◆ **Work order**
What you return should match the data below exactly, with every entry reproduced.
(Listed entries begins)
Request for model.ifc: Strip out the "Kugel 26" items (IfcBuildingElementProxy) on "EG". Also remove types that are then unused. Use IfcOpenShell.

First a look at what the model holds.

```python
import ifcopenshell
import ifcopenshell.util.element

model = ifcopenshell.open("model.ifc")
print(model.schema)
storey = next(s for s in model.by_type("IfcBuildingStorey") if s.Name == "EG")
proxies = [e for e in ifcopenshell.util.element.get_decomposition(storey) if e.is_a("IfcBuildingElementProxy")]
seen = {}
for e in proxies:
    element_type = ifcopenshell.util.element.get_type(e)
    name = element_type.Name if element_type not in (None, e) else None
    seen[name] = seen.get(name, 0) + 1
for name, count in sorted(seen.items(), key=str):
    print(count, "x", name)
```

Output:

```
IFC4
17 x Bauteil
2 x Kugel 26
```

```python
import ifcopenshell
import ifcopenshell.api.root
import ifcopenshell.util.element

model = ifcopenshell.open("model.ifc")

storey = next(s for s in model.by_type("IfcBuildingStorey") if s.Name == "EG")
proxies = [e for e in ifcopenshell.util.element.get_decomposition(storey) if e.is_a("IfcBuildingElementProxy")]
targets = [e for e in proxies if (t := ifcopenshell.util.element.get_type(e)) not in (None, e) and t.Name == "Kugel 26"]
types = {ifcopenshell.util.element.get_type(e) for e in targets} - {None, *targets}

for e in targets:
    ifcopenshell.api.root.remove_product(model, product=e)
print(len(targets), "removed")

unused = [t for t in types if not ifcopenshell.util.element.get_types(t)]
for t in unused:
    ifcopenshell.api.root.remove_product(model, product=t)
print(len(unused), "unused types removed")

model.write("model_edited.ifc")
```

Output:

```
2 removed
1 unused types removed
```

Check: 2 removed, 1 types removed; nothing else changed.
(Listed entries ends)
◆ **Solved problem**
Request for model.ifc: Strip out the "Kugel 26" items (IfcBuildingElementProxy) on "EG". Also remove types that are then unused. Use IfcOpenShell.

First a look at what the model holds.

```python
import ifcopenshell
import ifcopenshell.util.element

model = ifcopenshell.open("model.ifc")
print(model.schema)
storey = next(s for s in model.by_type("IfcBuildingStorey") if s.Name == "EG")
proxies = [e for e in ifcopenshell.util.element.get_decomposition(storey) if e.is_a("IfcBuildingElementProxy")]
seen = {}
for e in proxies:
    element_type = ifcopenshell.util.element.get_type(e)
    name = element_type.Name if element_type not in (None, e) else None
    seen[name] = seen.get(name, 0) + 1
for name, count in sorted(seen.items(), key=str):
    print(count, "x", name)
```

Output:

```
IFC4
17 x Bauteil
2 x Kugel 26
```

```python
import ifcopenshell
import ifcopenshell.api.root
import ifcopenshell.util.element

model = ifcopenshell.open("model.ifc")

storey = next(s for s in model.by_type("IfcBuildingStorey") if s.Name == "EG")
proxies = [e for e in ifcopenshell.util.element.get_decomposition(storey) if e.is_a("IfcBuildingElementProxy")]
targets = [e for e in proxies if (t := ifcopenshell.util.element.get_type(e)) not in (None, e) and t.Name == "Kugel 26"]
types = {ifcopenshell.util.element.get_type(e) for e in targets} - {None, *targets}

for e in targets:
    ifcopenshell.api.root.remove_product(model, product=e)
print(len(targets), "removed")

unused = [t for t in types if not ifcopenshell.util.element.get_types(t)]
for t in unused:
    ifcopenshell.api.root.remove_product(model, product=t)
print(len(unused), "unused types removed")

model.write("model_edited.ifc")
```

Output:

```
2 removed
1 unused types removed
```

Check: 2 removed, 1 types removed; nothing else changed.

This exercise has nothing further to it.